Assignment: The answer must consist of every line below containing "Concrete".

Excerpts from a dataset:
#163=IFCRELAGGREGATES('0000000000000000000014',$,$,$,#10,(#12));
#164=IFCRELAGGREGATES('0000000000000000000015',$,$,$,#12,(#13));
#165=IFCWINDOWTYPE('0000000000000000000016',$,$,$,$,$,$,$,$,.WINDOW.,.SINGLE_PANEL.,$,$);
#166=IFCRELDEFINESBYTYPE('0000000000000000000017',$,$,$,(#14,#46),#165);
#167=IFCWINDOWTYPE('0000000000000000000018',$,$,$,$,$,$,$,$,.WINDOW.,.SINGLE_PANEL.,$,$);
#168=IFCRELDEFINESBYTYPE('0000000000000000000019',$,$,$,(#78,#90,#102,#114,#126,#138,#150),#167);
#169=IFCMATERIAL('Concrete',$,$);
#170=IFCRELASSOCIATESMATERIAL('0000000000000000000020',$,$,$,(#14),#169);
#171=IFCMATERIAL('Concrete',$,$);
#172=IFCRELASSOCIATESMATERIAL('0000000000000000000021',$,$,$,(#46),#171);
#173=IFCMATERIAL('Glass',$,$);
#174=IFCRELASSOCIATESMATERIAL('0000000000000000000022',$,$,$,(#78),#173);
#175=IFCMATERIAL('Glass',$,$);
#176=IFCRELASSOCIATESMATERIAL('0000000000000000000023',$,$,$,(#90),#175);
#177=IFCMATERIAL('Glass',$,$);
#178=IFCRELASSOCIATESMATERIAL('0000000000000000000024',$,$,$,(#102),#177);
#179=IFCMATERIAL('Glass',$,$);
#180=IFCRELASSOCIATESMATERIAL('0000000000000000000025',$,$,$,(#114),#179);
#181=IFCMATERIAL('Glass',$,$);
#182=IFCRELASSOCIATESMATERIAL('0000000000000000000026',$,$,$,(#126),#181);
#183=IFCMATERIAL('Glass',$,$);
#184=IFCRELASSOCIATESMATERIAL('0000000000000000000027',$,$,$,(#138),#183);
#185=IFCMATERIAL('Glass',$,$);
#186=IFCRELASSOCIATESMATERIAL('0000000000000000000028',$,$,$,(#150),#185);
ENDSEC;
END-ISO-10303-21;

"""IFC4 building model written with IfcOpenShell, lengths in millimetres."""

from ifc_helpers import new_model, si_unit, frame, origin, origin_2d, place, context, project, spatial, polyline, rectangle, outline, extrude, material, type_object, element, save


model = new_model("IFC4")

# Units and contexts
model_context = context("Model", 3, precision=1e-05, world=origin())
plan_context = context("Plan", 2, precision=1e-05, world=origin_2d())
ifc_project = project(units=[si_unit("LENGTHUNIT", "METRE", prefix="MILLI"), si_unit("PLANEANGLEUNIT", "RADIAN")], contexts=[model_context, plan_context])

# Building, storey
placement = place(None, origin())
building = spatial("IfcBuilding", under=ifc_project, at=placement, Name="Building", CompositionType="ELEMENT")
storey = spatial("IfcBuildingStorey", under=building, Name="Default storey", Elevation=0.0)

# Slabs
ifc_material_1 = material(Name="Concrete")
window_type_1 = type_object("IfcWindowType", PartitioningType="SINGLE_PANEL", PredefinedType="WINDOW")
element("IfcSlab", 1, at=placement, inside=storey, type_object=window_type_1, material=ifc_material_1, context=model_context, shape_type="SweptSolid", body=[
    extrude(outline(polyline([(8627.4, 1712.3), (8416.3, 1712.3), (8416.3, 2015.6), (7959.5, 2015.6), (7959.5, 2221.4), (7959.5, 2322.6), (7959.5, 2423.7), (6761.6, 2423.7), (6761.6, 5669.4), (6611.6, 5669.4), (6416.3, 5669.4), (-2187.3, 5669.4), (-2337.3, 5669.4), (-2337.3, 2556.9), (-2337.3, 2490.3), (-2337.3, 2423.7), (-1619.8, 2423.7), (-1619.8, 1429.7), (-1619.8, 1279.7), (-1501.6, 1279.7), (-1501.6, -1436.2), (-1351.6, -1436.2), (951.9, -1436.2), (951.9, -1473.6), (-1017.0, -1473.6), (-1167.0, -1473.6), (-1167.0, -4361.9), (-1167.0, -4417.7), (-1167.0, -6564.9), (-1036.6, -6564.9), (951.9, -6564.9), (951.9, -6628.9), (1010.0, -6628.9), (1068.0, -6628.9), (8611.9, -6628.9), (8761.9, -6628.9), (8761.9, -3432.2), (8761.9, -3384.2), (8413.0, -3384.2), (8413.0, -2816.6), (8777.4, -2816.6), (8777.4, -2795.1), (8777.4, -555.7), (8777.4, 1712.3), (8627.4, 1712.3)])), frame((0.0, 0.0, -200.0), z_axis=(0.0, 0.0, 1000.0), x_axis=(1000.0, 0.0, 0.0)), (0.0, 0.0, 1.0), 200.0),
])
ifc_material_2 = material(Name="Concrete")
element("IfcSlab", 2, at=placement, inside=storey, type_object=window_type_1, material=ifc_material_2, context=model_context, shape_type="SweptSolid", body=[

Your response:
#169=IFCMATERIAL('Concrete',$,$);
#171=IFCMATERIAL('Concrete',$,$);
ifc_material_1 = material(Name="Concrete")
ifc_material_2 = material(Name="Concrete")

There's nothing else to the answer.